Changes visible to kernel developers include:
- The compile-time stack validation
patches have been merged, providing a tool that ensures that the
call stack will always be valid. The result will be more reliable
stack traces for developers; this feature is also needed for the
further development of the live-patching mechanism.
- There is a new function for freeing a set of objects:
void kfree_bulk(size_t size, void **objects);It differs from kmem_cache_free_bulk() in that there is no pointer to a kmem_cache structure, meaning that objects from multiple slabs can be freed together. There is a cost to doing things this way, though, so kmem_cache_free_bulk() is preferred in cases where it is applicable.
- The cpufreq subsystem, charged with setting CPU frequencies to match
the current system load, has seen some significant changes. In
current kernels, it uses timers to periodically sample the load on the
CPU and, perhaps, make changes. As of 4.6, instead, the cpufreq
governors will be called directly from the scheduler when things
change, eliminating the timers. Eventually the governors will also
use the projected load information from the scheduler to make
(hopefully) better decisions, but that is work for a future
development cycle.
- sscanf() now has basic support for matching sets of
characters using the %[ operator (e.g. "%[abc]" to
match any of abc). Only literal sets can be
matched; there is, for example, no special meaning for "-"
within a character set.
- The new dtx_diff tool, in the scripts/dtc directory,
can calculate the differences between device trees in a number of
formats.
- The generic code supporting encrypted filesystems has been moved into
the VFS layer (in fs/crypto) so that it can be used beyond
the ext4 and f2fs filesystems.
- The I2C subsystem has a new pin-controller-based bus demultiplexor
allowing runtime selection between multiple I2C controllers. See i2c-demux-pinctrl.txt for an
overview.
- The "kcov" kernel code-coverage analyzer has been merged; it can be useful to ensure that fuzzing and other testing efforts have exercised as much code as possible. See Documentation/kcov.txt for more information.
At this point, it would appear that the bulk of the changes for this development cycle have been merged. The merge window will likely stay open through March 27, though, so one never knows whether something else of interest might turn up. Next week's Kernel Page will summarize any significant changes that appear at the tail end of the 4.6 merge window.
A case for variant symlinks
Variant symlinks are symbolic links that behave differently depending on details of the process that reads or follows the link. They have a history going back at least to the 1980s when various vendors of Unix systems wanted to be compatible with both BSD Unix from UCB (The University of California at Berkeley), and System V Unix from AT&T. Details varied, but the core idea was that some attribute of a process could be used to modify the target of a symlink or to select among multiple options. This would allow, for example, some processes to see /bin as a symlink to /.ucbbin, while others would see /.attbin.

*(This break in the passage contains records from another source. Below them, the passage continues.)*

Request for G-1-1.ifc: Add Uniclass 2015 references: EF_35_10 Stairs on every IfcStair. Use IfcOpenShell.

First a look at what the model holds.

```python
import ifcopenshell

model = ifcopenshell.open("G-1-1.ifc")
print(model.schema)
print("classifications:", [c.Name for c in model.by_type("IfcClassification")])
for ifc_class in ("IfcDoor", "IfcRoof", "IfcStair", "IfcWall", "IfcWindow"):
    print(ifc_class, len(model.by_type(ifc_class)))
```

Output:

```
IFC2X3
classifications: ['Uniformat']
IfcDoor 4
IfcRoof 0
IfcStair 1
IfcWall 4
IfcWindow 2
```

```python
import ifcopenshell
import ifcopenshell.api.classification

model = ifcopenshell.open("G-1-1.ifc")

# IFC2X3 requires Source and Edition and has no link from the project to the system.
system = model.create_entity("IfcClassification", Source="NBS", Edition="2015", Name="Uniclass 2015")

codes = {
    "IfcStair": ("EF_35_10", "Stairs"),
}
for ifc_class, (code, name) in codes.items():
    products = model.by_type(ifc_class)
    ifcopenshell.api.classification.add_reference(
        model, products=products, classification=system, identification=code, name=name
    )
    print(code, len(products))

model.write("G-1-1_v2.ifc")
```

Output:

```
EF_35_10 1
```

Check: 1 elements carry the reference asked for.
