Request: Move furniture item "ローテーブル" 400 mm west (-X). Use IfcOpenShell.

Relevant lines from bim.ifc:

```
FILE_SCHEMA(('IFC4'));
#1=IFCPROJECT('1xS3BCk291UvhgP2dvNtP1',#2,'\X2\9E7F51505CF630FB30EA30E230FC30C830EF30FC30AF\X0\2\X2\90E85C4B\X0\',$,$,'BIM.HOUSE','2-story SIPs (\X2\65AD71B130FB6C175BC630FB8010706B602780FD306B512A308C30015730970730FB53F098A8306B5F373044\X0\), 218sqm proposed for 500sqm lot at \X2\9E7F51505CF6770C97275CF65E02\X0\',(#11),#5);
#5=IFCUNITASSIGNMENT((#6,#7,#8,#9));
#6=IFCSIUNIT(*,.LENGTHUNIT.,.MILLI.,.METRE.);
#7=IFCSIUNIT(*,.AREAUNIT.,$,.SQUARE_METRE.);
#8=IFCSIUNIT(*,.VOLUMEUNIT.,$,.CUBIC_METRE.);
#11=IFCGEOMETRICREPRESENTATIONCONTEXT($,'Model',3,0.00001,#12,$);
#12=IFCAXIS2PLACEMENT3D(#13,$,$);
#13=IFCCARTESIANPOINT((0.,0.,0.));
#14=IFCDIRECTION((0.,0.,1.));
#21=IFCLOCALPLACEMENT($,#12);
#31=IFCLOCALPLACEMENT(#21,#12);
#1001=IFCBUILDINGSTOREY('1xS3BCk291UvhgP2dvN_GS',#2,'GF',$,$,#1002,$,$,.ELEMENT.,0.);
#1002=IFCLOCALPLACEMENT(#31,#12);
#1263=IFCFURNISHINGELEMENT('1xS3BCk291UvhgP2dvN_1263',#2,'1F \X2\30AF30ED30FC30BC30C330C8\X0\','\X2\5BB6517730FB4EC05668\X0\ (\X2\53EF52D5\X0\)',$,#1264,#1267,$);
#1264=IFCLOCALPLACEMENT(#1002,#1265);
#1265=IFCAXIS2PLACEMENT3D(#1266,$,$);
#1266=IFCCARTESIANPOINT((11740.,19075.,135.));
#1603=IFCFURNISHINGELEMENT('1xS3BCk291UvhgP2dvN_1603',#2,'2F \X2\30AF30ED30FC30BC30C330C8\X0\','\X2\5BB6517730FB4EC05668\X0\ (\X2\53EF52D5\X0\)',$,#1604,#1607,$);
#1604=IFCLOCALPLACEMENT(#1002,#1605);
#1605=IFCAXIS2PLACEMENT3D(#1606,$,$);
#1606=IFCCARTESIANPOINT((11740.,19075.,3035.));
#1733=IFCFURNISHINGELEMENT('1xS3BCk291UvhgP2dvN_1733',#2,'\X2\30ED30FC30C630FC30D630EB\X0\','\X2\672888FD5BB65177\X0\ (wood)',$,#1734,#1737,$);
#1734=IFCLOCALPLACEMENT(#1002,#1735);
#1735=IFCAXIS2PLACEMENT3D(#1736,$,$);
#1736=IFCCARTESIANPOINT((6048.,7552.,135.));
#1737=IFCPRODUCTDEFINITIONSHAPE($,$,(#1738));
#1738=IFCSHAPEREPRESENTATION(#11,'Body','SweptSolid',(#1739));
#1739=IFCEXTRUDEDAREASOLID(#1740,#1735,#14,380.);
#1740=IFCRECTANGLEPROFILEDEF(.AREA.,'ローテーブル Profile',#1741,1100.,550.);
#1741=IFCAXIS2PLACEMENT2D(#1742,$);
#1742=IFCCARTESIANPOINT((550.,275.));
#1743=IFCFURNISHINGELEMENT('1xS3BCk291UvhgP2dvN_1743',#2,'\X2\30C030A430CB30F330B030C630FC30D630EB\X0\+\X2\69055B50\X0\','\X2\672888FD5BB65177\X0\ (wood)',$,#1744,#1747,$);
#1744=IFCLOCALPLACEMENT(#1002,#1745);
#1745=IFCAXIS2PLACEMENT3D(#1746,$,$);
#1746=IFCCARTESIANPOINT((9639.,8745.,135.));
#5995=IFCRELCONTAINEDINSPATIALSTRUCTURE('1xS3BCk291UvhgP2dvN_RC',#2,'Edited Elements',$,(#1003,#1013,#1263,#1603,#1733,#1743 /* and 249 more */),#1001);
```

```python
import ifcopenshell
import ifcopenshell.api.geometry
import ifcopenshell.util.placement
import ifcopenshell.util.unit

model = ifcopenshell.open("bim.ifc")
unit_scale = ifcopenshell.util.unit.calculate_unit_scale(model)

item = model.by_guid("1xS3BCk291UvhgP2dvN_1733")
matrix = ifcopenshell.util.placement.get_local_placement(item.ObjectPlacement)
matrix[0, 3] -= 0.4 / unit_scale
ifcopenshell.api.geometry.edit_object_placement(model, product=item, matrix=matrix, is_si=False)

print(ifcopenshell.util.placement.get_local_placement(item.ObjectPlacement).round(3) + 0.0)

model.write("bim-out.ifc")
```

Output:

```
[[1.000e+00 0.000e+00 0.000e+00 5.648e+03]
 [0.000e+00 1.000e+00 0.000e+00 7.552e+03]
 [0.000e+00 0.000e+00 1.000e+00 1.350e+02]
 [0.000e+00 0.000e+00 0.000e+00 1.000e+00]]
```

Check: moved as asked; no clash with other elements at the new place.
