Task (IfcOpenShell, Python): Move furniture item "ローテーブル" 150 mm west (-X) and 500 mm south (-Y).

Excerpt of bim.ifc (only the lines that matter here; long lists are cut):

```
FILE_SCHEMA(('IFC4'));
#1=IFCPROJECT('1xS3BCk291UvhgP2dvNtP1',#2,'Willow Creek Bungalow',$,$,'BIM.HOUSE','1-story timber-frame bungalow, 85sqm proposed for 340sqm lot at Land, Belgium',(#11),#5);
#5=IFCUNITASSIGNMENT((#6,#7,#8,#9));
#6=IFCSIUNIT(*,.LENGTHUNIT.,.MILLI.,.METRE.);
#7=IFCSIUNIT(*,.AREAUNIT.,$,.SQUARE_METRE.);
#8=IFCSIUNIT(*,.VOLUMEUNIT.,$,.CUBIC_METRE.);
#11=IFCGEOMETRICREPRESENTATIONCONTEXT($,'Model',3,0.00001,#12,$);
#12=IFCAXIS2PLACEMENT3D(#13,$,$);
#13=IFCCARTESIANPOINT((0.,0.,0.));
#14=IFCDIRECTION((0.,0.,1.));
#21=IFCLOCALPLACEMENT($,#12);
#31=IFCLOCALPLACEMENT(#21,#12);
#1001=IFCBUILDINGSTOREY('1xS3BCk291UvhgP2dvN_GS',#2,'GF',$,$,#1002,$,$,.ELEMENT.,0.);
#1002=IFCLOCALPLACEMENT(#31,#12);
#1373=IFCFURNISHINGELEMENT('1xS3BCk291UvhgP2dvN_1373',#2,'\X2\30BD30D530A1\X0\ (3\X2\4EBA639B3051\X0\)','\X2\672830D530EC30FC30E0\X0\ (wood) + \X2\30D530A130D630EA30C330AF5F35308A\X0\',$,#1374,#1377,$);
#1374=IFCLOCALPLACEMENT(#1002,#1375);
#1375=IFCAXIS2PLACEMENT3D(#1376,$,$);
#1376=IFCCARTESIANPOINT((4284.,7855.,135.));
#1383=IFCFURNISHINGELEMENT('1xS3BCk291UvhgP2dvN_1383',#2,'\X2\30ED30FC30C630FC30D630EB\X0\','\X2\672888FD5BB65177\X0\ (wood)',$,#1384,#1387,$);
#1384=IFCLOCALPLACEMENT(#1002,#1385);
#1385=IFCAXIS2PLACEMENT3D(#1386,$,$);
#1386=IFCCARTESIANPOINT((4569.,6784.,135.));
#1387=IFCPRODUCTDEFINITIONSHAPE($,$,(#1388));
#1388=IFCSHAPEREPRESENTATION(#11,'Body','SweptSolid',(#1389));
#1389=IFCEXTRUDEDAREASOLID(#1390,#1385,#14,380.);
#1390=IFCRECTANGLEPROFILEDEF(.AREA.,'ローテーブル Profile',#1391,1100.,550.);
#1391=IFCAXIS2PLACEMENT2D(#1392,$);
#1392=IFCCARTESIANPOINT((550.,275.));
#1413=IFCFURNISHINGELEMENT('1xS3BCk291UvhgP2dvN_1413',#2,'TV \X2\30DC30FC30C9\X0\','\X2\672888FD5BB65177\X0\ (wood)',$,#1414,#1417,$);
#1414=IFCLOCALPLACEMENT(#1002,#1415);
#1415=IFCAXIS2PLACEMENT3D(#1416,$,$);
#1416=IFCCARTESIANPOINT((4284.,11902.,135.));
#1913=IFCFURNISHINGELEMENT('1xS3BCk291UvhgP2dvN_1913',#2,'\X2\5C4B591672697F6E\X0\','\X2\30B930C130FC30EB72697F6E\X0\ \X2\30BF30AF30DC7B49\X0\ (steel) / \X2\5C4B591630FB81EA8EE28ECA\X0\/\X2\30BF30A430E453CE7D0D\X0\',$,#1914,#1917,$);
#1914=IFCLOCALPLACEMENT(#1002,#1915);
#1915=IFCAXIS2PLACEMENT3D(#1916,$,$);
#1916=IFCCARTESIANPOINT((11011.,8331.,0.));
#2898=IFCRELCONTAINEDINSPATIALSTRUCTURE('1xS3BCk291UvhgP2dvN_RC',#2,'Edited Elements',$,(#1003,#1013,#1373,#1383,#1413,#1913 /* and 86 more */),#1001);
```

```python
import ifcopenshell
import ifcopenshell.api.geometry
import ifcopenshell.util.placement
import ifcopenshell.util.unit

model = ifcopenshell.open("bim.ifc")
unit_scale = ifcopenshell.util.unit.calculate_unit_scale(model)

item = model.by_guid("1xS3BCk291UvhgP2dvN_1383")
matrix = ifcopenshell.util.placement.get_local_placement(item.ObjectPlacement)
matrix[0, 3] -= 0.15 / unit_scale
matrix[1, 3] -= 0.5 / unit_scale
ifcopenshell.api.geometry.edit_object_placement(model, product=item, matrix=matrix, is_si=False)

print(ifcopenshell.util.placement.get_local_placement(item.ObjectPlacement).round(3) + 0.0)

model.write("bim_rev.ifc")
```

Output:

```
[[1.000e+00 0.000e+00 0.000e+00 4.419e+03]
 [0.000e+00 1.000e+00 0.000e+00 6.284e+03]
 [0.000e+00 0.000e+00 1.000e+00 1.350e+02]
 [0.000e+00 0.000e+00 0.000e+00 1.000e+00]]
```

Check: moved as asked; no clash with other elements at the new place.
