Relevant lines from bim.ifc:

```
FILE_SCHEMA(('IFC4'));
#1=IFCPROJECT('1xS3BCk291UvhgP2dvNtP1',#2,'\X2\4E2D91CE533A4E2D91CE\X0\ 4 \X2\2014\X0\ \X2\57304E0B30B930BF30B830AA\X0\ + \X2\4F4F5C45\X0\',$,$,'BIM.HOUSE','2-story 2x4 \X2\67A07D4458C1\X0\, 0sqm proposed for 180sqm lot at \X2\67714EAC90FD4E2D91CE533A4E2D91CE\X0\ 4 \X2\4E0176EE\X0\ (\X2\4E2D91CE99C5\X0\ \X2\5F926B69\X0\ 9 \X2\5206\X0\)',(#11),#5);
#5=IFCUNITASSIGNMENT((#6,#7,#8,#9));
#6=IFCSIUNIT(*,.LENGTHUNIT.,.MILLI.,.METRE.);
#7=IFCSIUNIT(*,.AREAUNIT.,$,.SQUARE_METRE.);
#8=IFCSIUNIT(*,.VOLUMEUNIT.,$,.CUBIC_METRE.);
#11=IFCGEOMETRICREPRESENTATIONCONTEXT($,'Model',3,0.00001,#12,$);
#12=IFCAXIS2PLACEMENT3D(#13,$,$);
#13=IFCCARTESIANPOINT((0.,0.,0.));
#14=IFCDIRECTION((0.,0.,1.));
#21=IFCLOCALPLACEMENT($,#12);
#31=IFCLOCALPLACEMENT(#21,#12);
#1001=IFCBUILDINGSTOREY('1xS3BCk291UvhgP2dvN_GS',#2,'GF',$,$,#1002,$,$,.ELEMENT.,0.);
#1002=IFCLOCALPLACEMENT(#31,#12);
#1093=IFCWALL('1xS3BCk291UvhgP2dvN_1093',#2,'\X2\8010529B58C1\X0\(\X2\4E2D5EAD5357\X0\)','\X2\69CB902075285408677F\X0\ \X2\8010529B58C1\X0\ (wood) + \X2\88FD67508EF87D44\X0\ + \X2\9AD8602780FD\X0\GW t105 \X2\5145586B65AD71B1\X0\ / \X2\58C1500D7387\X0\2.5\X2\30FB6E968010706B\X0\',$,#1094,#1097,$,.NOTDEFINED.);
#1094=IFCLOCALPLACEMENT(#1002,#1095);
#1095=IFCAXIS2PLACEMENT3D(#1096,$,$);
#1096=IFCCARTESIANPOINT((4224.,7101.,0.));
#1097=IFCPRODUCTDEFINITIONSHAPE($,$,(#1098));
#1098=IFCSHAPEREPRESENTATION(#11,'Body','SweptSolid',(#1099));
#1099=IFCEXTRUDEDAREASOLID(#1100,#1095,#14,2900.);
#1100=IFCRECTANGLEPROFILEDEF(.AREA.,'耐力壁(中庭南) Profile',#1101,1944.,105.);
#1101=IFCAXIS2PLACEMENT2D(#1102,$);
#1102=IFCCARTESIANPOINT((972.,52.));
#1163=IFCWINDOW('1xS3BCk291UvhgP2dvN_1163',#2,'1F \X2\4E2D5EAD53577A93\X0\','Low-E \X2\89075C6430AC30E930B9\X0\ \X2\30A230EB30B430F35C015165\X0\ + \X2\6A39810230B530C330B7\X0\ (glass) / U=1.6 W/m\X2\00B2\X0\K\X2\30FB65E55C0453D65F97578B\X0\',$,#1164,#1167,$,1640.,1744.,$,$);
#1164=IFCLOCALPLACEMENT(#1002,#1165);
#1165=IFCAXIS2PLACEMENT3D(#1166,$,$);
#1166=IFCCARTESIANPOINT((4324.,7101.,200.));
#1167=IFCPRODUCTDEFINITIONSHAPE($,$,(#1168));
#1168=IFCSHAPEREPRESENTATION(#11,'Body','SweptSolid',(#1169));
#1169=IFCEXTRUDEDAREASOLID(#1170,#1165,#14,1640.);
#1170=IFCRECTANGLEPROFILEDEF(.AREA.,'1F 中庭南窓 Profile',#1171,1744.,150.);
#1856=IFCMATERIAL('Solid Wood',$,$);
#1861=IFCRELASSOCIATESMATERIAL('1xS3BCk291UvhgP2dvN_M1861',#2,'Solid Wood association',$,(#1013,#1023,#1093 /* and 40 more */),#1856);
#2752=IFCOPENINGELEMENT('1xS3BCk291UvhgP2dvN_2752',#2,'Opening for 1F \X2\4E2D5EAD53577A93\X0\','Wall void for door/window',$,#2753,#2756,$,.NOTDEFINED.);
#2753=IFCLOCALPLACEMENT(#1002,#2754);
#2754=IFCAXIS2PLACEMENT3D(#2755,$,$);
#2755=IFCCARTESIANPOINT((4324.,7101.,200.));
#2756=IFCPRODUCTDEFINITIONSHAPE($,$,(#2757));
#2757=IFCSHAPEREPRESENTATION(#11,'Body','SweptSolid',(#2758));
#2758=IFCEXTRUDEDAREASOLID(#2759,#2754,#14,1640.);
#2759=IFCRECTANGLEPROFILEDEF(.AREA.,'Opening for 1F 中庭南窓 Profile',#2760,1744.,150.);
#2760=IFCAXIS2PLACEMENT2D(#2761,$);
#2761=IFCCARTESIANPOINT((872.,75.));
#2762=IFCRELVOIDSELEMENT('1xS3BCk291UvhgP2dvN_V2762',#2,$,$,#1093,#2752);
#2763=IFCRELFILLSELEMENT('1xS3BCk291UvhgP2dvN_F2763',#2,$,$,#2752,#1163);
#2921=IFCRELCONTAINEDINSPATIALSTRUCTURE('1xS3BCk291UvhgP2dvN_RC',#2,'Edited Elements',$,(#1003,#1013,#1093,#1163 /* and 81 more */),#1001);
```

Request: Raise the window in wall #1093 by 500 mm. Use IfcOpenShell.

```python
import numpy as np
import ifcopenshell
import ifcopenshell.api.geometry
import ifcopenshell.util.placement
import ifcopenshell.util.unit

model = ifcopenshell.open("bim.ifc")
unit_scale = ifcopenshell.util.unit.calculate_unit_scale(model)

window = model.by_id(1163)
opening = window.FillsVoids[0].RelatingOpeningElement
dz = 0.5 / unit_scale

shift = np.array([0.0, 0.0, dz])
# The window is not placed relative to its opening, so move both.
for product in (opening, window):
    matrix = ifcopenshell.util.placement.get_local_placement(product.ObjectPlacement)
    matrix[:3, 3] += shift
    ifcopenshell.api.geometry.edit_object_placement(model, product=product, matrix=matrix, is_si=False)

print(f"moved by {dz * unit_scale:+.3f} m")

model.write("bim_edited.ifc")
```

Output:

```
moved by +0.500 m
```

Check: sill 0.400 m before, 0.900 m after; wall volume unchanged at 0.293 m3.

While those issues are long behind us, the desire for variant symlinks still pops up from time to time, most recently in a proposal by Cole Minnaar for a "Variant Symlink Filesystem". The proposed filesystem — currently implemented as an out-of-tree kernel module — takes an extremely simple approach to the problem. The filesystem provides a single directory that contains a single symlink called resolve. When any process reads or follows this link, the filesystem looks though that process's environment for a particular environment variable, specified when the filesystem is mounted, and reports the value of that variable as the content of the symlink.
To use this you would mount a filesystem at some well known location and create links that pass though that location. For example
# mount -t varsymfs -o UNIVERSE none /.universe
# ln -s /.universe/resolve/bin /bin
Then:
$ UNIVERSE=/att ls -lL /bin
would show the contents of /att/bin,
while:
$ UNIVERSE=/ucb ls -lL /bin
would show those of /ucb/bin.
The responses to this proposal were pretty much as would be expected: Minnaar was told that he should use a FUSE filesystem written in user space, or use mount namespaces to give different processes a different view of the system. Minnaar made it clear that this wasn't just a new idea with no history, but was something he has been working on for some time. Both those ideas had been tried and found wanting.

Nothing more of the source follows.